Thank you for open-sourcing the code of the paper. While I am trying to use your program to segment the CAMELYON17 dataset, I noticed that the stitches of a lot of slides contain large amounts of artifacts which I believe affect the downstream feature extraction: image image Did you experience this in your experiment? And what are your parameters for segmenting CAMELYON16 and CAMELYON17. I don't know which preset is more suitable. Thank you if you can help!

fedshyvana commented 3 years ago

See the bottom section of https://github.com/mahmoodlab/CLAM/blob/master/docs/INSTALLATION.md regarding .svs files, this is likely due to a bug with pixman on your machine that needs to be updated/fixed and not an issue of the CLAM repository. I processed CAMELYON using a much older, experimental version of the repository (before it was cleaned up and organized into CLAM) so the parameters don't directly translate. But I would imagine bwh_biopsy.csv to work well as a starting point. It might still require a lot of trial and error though since I remember there's 5 different centers that produced slides for CAMELYON, with different scanners/staining characteristics so different subsets of the dataset might require different parameters.

lzx325 commented 3 years ago

Thank you for your quick response. So this not only affects the stitch visualization, but also the downstream analysis, am I right? Also, if it is convenient, could you please provide your parameters for segmenting CAMELYON16+17, because we want to reproduce your training result as close as possible.

fedshyvana commented 3 years ago

Yes, my understanding is that the bug causes certain patches from specific downsamples to not be read correctly - so it certainly could affect downstream analysis.
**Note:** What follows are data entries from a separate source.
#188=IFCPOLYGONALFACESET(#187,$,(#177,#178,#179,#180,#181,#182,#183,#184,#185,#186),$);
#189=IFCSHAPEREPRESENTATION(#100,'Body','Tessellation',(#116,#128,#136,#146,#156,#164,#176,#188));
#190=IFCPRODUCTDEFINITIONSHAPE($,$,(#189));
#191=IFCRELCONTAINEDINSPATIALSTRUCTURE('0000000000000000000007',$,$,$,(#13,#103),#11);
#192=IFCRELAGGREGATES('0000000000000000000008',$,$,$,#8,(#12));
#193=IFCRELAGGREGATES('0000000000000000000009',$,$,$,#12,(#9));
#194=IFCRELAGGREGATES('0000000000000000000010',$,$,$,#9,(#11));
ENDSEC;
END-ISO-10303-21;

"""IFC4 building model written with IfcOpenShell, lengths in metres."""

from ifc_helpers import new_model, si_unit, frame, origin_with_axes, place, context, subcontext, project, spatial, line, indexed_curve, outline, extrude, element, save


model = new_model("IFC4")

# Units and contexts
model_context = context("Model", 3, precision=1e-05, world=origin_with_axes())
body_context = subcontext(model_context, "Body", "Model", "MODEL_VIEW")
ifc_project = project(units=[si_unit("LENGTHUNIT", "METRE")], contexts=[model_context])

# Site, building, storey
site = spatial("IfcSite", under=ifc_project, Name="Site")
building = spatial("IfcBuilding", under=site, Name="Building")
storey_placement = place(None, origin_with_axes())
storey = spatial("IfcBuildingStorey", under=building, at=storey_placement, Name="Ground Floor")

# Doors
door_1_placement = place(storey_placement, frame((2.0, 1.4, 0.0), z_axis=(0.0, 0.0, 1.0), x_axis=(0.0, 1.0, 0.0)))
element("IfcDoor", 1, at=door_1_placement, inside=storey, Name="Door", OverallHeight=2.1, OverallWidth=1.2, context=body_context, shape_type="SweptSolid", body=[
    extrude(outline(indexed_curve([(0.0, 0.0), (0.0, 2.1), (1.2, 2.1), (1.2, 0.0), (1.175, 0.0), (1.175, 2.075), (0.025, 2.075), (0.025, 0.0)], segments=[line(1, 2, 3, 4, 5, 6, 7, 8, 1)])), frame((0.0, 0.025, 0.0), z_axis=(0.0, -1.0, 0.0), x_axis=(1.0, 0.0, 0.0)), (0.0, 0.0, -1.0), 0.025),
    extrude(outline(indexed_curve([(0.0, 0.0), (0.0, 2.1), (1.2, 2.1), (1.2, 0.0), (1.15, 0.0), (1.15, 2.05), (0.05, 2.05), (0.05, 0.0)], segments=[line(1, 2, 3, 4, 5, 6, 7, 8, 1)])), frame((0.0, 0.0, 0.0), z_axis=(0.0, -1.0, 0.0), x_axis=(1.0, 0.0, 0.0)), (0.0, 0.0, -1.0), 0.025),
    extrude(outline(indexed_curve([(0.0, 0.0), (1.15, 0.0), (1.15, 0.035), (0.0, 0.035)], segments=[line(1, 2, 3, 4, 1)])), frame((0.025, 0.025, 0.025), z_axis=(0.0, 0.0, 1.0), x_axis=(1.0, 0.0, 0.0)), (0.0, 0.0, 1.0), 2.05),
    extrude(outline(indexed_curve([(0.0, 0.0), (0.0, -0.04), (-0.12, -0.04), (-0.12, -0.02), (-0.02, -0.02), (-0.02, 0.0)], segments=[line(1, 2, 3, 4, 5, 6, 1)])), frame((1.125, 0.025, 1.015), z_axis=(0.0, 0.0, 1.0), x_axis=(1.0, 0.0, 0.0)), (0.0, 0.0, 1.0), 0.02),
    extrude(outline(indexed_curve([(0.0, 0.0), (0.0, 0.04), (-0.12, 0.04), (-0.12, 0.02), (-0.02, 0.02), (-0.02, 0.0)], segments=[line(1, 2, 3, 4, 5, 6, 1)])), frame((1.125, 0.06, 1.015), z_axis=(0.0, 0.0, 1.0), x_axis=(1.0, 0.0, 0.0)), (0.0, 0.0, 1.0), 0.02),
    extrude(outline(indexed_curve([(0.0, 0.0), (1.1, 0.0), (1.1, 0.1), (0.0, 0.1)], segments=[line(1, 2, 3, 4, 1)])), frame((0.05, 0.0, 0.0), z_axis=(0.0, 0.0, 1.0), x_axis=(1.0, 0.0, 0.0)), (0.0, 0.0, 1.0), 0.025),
So i would definitely suggest fixing it before proceeding.

Regarding segmentation - as i mentioned above, it was processed using an older pipline that uses a different set of representations for the parameters so i would have to write a conversion script and test that it's converted to a format that the current pipeline can process correctly - or alternatively i might be able to share the coordinates that i extracted from C17 slides with you. Why don't you shoot me an email at mlu16@bwh.harvard.edu, and i will try to followup on the issue next week?

Alternatively in the meantime, feel free to just try out bwh_biopsy.csv, if i remember correctly it should work well for majority of the slides, and you should be able to get comparable performance to my results even if the segmentation is not 100% the same.